Я полетел в Мехико. Проходя по аэропорту, я немного нервничал: вдруг меня узнает какой-нибудь фараон или иммиграционный инспектор. И решил держаться поближе к одному симпатичному молодому туристу, с которым познакомился в самолете. Шляпу я убрал в чемодан, а выйдя из самолета, снял очки и перекинул через плечо фотоаппарат.
– Давайте возьмем такси в город – проезд пополам? Выйдет дешевле, – предложил я своему туристу. Через аэропорт мы прошли, как отец с сыном.
– Да, – говорил я. – Этот крендель в Гватемале хотел взять с меня два доллара от отеля "Палас" до аэропорта. А я сказал ему – uno. – И я поднял вверх один палец. Никто на нас даже не взглянул. Два туриста.
Мы сели в такси. Шофер сказал – двенадцать песо на двоих до центра.
– Секундочку, – произнес турист по-английски. – Нет счетчика. Где ваш счетчик? У вас должен быть счетчик.
Таксист попросил меня объяснить, что ему разрешено возить авиапассажиров в город без счетчика.
– Нет! – орал турист. – Я не турист. Я живу в Мехико. Sabe? Отель "Колмена"? Я живу в отеле "Колмена". Отвезите меня в город, но я заплачу по счетчику. Я вызову полицию. Policia. Вы по закону должны иметь счетчик.
"Ох ты ж господи, – подумал я. – Только этого не хватало, сейчас этот придурок начнет звать фараонов". Я уже видел, как полицейские топятся вокруг нашего такси, не знают, что делать, и вызывают других полицейских. Турист вылез из машины вместе со своим чемоданом. Он записывал номер такси.
– Я позову policia очень быстро, – сказал он.
– А я, наверное, все равно поеду, – сказал я таксисту. – Дешевле до города не добраться… Vamones.
Я снял номер за восемь песо в гостинице рядом с "Сирсом" и пошел в "Лолу". В животе у меня похолодело от возбуждения. Бар переехал, его по-другому отделали, поставили новую мебель. Но бармен остался прежний – с золотым зубом и с усами.
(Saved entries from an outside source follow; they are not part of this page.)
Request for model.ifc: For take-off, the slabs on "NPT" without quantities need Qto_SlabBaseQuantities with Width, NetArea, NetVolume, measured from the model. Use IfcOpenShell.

First a look at what the model holds.

```python
import ifcopenshell
import ifcopenshell.util.element
import ifcopenshell.util.unit

model = ifcopenshell.open("model.ifc")
print(model.schema)
for unit_type in ("LENGTHUNIT", "AREAUNIT", "VOLUMEUNIT"):
    print(unit_type, ifcopenshell.util.unit.calculate_unit_scale(model, unit_type))
storey = next(s for s in model.by_type("IfcBuildingStorey") if s.Name == "NPT")
slabs = [e for e in ifcopenshell.util.element.get_decomposition(storey) if e.is_a("IfcSlab")]
for e in sorted(slabs, key=lambda e: e.id()):
    print(e.id(), e.is_a(), e.Name, list(ifcopenshell.util.element.get_psets(e, qtos_only=True)), sep=" | ")
```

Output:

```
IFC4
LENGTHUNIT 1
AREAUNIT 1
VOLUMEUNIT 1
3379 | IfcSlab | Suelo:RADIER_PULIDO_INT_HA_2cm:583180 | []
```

```python
import ifcopenshell
import ifcopenshell.api.pset
import ifcopenshell.geom
import ifcopenshell.util.element
import ifcopenshell.util.shape
import ifcopenshell.util.unit

model = ifcopenshell.open("model.ifc")
unit_scale = ifcopenshell.util.unit.calculate_unit_scale(model)
area_scale = ifcopenshell.util.unit.calculate_unit_scale(model, "AREAUNIT")
volume_scale = ifcopenshell.util.unit.calculate_unit_scale(model, "VOLUMEUNIT")
settings = ifcopenshell.geom.settings()

storey = next(s for s in model.by_type("IfcBuildingStorey") if s.Name == "NPT")
slabs = [e for e in ifcopenshell.util.element.get_decomposition(storey) if e.is_a("IfcSlab")]

for e in sorted(slabs, key=lambda e: e.id()):
    if ifcopenshell.util.element.get_psets(e, qtos_only=True, should_inherit=False):
        continue
    # Geometry comes back in metres, in the element's own axes.
    shape = ifcopenshell.geom.create_shape(settings, e)
    values = {
        "Width": ifcopenshell.util.shape.get_z(shape.geometry) / unit_scale,
        "NetArea": ifcopenshell.util.shape.get_footprint_area(shape.geometry) / area_scale,
        "NetVolume": ifcopenshell.util.shape.get_volume(shape.geometry) / volume_scale,
    }
    qto = ifcopenshell.api.pset.add_qto(model, product=e, name="Qto_SlabBaseQuantities")
    ifcopenshell.api.pset.edit_qto(model, qto=qto, properties=values)
    print(e.id(), {k: round(v, 3) for k, v in values.items()})

model.write("model_v2.ifc")
```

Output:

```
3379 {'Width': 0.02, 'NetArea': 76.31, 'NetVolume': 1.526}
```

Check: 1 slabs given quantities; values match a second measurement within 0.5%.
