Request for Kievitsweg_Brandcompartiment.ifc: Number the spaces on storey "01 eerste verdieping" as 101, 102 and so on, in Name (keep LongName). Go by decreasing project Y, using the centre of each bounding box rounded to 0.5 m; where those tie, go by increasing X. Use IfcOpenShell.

First a look at what the model holds.

```python
import ifcopenshell
import ifcopenshell.util.element
import ifcopenshell.util.placement

model = ifcopenshell.open("Kievitsweg_Brandcompartiment.ifc")
print(model.schema)
storey = next(s for s in model.by_type("IfcBuildingStorey") if s.Name == "01 eerste verdieping")
spaces = [e for e in ifcopenshell.util.element.get_decomposition(storey) if e.is_a("IfcSpace")]
for e in sorted(spaces, key=lambda e: e.id()):
    origin = ifcopenshell.util.placement.get_local_placement(e.ObjectPlacement)[:3, 3]
    print(e.id(), e.Name, e.LongName, origin.round(2) + 0.0, sep=" | ")
```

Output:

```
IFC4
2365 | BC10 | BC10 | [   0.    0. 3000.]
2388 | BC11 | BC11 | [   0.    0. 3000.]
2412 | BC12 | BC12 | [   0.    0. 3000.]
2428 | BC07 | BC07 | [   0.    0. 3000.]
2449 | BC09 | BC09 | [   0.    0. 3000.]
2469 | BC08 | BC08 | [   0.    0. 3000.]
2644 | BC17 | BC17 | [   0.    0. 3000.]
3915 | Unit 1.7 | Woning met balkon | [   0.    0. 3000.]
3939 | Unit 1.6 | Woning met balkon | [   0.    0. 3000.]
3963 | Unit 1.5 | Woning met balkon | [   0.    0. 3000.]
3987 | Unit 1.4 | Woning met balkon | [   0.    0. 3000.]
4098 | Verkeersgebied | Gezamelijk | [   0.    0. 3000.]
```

```python
import ifcopenshell
import ifcopenshell.geom
import ifcopenshell.util.element
import ifcopenshell.util.shape

model = ifcopenshell.open("Kievitsweg_Brandcompartiment.ifc")
settings = ifcopenshell.geom.settings()
settings.set("use-world-coords", True)


def centre(element):
    shape = ifcopenshell.geom.create_shape(settings, element)
    return ifcopenshell.util.shape.get_bbox_centroid(shape.geometry)


storey = next(s for s in model.by_type("IfcBuildingStorey") if s.Name == "01 eerste verdieping")
spaces = [e for e in ifcopenshell.util.element.get_decomposition(storey) if e.is_a("IfcSpace")]

# Insertion points can sit at a corner or the storey origin, so sort by the geometry (in metres).
centres = {e: centre(e) for e in spaces}
spaces.sort(key=lambda e: (-round(centres[e][1] / 0.5), centres[e][0]))

for i, e in enumerate(spaces, start=1):
    number = f"1{i:02d}"
    e.Name = number
    print(e.id(), number)

model.write("Kievitsweg_Brandcompartiment_edited.ifc")
```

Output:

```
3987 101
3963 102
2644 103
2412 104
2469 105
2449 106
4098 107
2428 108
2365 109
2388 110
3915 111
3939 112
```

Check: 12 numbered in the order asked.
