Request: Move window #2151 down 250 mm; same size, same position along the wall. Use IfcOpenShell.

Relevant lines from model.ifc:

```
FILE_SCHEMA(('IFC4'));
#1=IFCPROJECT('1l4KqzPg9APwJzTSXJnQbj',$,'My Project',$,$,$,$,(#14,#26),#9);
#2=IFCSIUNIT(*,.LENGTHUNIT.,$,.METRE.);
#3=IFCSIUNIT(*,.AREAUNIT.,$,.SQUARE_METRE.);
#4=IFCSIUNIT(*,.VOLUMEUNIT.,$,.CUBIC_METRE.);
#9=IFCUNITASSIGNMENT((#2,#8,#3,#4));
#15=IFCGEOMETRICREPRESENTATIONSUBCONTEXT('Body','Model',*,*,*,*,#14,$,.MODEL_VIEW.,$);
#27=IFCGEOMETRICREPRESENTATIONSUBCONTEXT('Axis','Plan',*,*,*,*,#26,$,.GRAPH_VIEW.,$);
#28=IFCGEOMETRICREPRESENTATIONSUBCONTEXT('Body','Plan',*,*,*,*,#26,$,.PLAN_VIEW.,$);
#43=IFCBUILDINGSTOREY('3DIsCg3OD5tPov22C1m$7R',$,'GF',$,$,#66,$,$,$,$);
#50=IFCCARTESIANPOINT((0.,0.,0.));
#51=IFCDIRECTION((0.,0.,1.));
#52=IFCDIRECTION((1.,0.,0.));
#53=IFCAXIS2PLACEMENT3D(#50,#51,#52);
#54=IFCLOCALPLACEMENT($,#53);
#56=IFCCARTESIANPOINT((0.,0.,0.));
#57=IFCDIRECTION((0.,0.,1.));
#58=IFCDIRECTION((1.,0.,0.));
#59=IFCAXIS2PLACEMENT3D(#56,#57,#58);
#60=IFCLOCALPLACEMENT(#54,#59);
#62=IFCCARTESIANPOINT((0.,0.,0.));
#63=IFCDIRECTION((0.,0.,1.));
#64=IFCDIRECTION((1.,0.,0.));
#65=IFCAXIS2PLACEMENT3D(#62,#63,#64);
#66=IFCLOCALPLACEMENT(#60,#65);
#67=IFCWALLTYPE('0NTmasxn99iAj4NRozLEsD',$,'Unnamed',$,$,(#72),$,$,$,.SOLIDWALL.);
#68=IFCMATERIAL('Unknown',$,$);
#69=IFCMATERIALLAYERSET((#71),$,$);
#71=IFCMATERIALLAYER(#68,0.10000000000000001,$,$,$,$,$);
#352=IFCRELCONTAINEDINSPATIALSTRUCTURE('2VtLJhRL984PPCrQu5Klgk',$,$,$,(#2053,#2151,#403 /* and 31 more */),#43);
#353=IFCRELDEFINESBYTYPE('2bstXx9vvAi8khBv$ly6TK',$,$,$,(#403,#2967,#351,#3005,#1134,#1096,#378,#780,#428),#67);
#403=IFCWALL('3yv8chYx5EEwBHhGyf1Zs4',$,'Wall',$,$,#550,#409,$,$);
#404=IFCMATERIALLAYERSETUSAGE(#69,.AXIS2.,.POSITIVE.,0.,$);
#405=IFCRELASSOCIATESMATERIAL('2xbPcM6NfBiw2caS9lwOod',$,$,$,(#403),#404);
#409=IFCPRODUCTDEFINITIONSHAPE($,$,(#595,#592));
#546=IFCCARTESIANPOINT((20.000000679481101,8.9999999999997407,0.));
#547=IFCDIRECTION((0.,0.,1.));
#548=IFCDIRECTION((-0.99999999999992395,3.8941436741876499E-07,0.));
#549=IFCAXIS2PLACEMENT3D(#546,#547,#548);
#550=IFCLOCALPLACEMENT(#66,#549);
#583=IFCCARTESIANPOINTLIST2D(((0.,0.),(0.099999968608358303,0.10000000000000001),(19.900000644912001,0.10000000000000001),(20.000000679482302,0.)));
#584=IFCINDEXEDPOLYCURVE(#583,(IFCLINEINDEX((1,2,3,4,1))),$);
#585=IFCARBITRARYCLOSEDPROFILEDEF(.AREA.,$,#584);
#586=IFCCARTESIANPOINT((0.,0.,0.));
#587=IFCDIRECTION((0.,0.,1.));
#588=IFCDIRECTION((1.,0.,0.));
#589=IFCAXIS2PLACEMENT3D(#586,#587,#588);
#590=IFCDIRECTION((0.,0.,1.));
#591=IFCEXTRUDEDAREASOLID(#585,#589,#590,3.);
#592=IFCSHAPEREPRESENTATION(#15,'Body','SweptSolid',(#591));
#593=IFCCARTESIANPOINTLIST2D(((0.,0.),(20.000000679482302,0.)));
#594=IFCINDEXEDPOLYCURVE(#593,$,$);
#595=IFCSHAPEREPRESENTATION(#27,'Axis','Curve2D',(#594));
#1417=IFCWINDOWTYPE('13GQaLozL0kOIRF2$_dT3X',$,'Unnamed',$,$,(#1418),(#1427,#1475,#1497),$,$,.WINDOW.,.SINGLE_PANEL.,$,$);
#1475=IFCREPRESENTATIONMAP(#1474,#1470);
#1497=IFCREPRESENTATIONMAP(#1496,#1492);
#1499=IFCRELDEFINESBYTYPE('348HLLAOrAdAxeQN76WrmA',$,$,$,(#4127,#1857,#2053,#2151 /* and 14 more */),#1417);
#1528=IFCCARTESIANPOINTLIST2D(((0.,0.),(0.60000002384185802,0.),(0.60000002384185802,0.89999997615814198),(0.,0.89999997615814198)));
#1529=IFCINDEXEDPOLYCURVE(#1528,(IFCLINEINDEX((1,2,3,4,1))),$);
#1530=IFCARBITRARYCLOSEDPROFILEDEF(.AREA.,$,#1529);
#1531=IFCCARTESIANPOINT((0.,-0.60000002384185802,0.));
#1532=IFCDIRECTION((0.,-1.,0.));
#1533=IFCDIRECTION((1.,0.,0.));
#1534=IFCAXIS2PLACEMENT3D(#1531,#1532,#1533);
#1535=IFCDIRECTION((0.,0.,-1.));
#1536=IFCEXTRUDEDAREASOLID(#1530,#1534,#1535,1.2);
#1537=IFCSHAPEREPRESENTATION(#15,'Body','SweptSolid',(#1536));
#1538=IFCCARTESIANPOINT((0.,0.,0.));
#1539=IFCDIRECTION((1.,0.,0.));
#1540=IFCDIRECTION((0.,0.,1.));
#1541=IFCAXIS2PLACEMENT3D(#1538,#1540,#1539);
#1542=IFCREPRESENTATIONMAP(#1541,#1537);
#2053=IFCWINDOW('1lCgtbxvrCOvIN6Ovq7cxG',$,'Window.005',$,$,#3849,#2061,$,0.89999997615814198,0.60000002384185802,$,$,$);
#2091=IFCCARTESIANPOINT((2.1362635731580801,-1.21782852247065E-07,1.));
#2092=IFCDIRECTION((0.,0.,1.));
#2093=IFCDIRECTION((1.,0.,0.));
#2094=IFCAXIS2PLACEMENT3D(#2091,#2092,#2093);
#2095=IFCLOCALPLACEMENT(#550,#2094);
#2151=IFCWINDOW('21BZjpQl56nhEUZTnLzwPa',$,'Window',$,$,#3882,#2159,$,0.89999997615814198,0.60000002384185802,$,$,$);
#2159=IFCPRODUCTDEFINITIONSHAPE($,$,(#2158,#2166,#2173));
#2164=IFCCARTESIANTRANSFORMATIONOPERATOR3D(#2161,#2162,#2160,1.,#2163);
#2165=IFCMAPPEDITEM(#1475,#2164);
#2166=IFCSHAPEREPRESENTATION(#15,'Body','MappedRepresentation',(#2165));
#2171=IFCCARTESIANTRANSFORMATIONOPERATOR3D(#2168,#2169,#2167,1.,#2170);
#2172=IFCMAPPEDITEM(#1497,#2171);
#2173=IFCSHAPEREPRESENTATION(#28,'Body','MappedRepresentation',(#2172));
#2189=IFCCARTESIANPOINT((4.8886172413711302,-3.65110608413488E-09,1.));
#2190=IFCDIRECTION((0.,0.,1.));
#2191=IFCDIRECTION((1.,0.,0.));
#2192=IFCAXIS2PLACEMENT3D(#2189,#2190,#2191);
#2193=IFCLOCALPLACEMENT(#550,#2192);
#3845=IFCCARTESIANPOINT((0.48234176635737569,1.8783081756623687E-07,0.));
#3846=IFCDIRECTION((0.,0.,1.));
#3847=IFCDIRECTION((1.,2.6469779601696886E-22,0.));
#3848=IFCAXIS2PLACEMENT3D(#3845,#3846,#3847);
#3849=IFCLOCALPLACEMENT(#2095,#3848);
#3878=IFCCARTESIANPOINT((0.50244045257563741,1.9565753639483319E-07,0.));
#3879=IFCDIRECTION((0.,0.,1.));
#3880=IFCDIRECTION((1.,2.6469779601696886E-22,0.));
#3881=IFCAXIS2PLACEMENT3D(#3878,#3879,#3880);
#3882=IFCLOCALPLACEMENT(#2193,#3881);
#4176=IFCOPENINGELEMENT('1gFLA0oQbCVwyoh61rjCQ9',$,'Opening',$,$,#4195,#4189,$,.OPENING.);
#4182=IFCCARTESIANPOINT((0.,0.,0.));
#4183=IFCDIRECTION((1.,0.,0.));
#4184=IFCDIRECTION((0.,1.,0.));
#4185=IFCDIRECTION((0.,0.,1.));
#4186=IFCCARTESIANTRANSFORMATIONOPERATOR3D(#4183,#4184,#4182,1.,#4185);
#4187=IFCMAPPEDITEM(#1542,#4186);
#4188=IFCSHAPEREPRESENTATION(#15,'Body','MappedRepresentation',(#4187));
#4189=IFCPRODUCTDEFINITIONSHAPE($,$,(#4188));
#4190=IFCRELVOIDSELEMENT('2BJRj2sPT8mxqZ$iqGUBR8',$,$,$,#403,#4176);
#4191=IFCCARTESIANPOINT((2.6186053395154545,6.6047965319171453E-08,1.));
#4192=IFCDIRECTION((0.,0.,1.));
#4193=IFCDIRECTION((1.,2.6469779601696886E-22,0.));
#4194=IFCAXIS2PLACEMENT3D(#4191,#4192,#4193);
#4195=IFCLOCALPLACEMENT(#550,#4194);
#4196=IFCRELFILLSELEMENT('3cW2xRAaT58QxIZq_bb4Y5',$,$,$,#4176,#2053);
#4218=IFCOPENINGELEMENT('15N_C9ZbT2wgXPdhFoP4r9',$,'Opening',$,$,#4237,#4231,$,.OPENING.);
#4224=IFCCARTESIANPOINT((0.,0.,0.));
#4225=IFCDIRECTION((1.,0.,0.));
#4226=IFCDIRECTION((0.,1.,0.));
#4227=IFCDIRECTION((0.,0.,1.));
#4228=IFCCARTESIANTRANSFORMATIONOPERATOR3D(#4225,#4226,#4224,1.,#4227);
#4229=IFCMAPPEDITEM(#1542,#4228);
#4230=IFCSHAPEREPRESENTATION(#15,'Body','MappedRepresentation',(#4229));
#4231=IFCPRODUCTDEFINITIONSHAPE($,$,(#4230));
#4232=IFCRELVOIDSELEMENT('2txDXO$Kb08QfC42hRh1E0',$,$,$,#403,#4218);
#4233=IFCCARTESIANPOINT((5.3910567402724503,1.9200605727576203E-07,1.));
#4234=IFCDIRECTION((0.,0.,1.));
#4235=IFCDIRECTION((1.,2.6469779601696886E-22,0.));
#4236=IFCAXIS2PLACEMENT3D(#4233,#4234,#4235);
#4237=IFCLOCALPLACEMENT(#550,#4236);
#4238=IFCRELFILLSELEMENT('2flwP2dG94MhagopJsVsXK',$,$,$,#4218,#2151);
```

```python
import numpy as np
import ifcopenshell
import ifcopenshell.api.geometry
import ifcopenshell.util.placement
import ifcopenshell.util.unit

model = ifcopenshell.open("model.ifc")
unit_scale = ifcopenshell.util.unit.calculate_unit_scale(model)

window = model.by_id(2151)
opening = window.FillsVoids[0].RelatingOpeningElement
dz = -0.25

shift = np.array([0.0, 0.0, dz])
# The window is not placed relative to its opening, so move both.
for product in (opening, window):
    matrix = ifcopenshell.util.placement.get_local_placement(product.ObjectPlacement)
    matrix[:3, 3] += shift
    ifcopenshell.api.geometry.edit_object_placement(model, product=product, matrix=matrix, is_si=False)

print(f"moved by {dz * unit_scale:+.3f} m")

model.write("model_edited.ifc")
```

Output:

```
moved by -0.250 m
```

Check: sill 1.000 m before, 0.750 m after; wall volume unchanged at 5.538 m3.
– Como esta? – сказал он. Мы пожали друг другу руки. Он спросил, где я был, я ответил, что в Южной Америке. Заказал "делавэрский пунш" и сел за столик. В баре никого не было, но я знал, что рано или поздно кто-нибудь обязательно зайдет.
Вошел Майор. Военный в отставке, седой, бодрый, плотный. Я резко прошелся по всему списку:
– Джонни Уайт, Расс Мортон, Пит Краули, Айк Скрэнтон?
– Лос-Анжелес, Аляска, Айдахо, не знаю, где-то здесь. Он всегда где-то здесь.
– А-а… э-э… что стало с Аллертоном?
– Аллертон? Я, кажется, такого не знаю.
– Увидимся.
– Спокойной ночи, Ли. Не потей.
Я сходил в "Сирс", полистал журналы. В одном, под названием "Яйца: для настоящих мужчин", увидел фотографию: на дереве висел негр. "Я видел, как вздергивали черномазых сынков". Мне на плечо опустилась рука. Я оглянулся – там стоял Гэйл, еще один военный в отставке. Вид у него был подавленный – как у излечившегося алкоголика. Я огласил список.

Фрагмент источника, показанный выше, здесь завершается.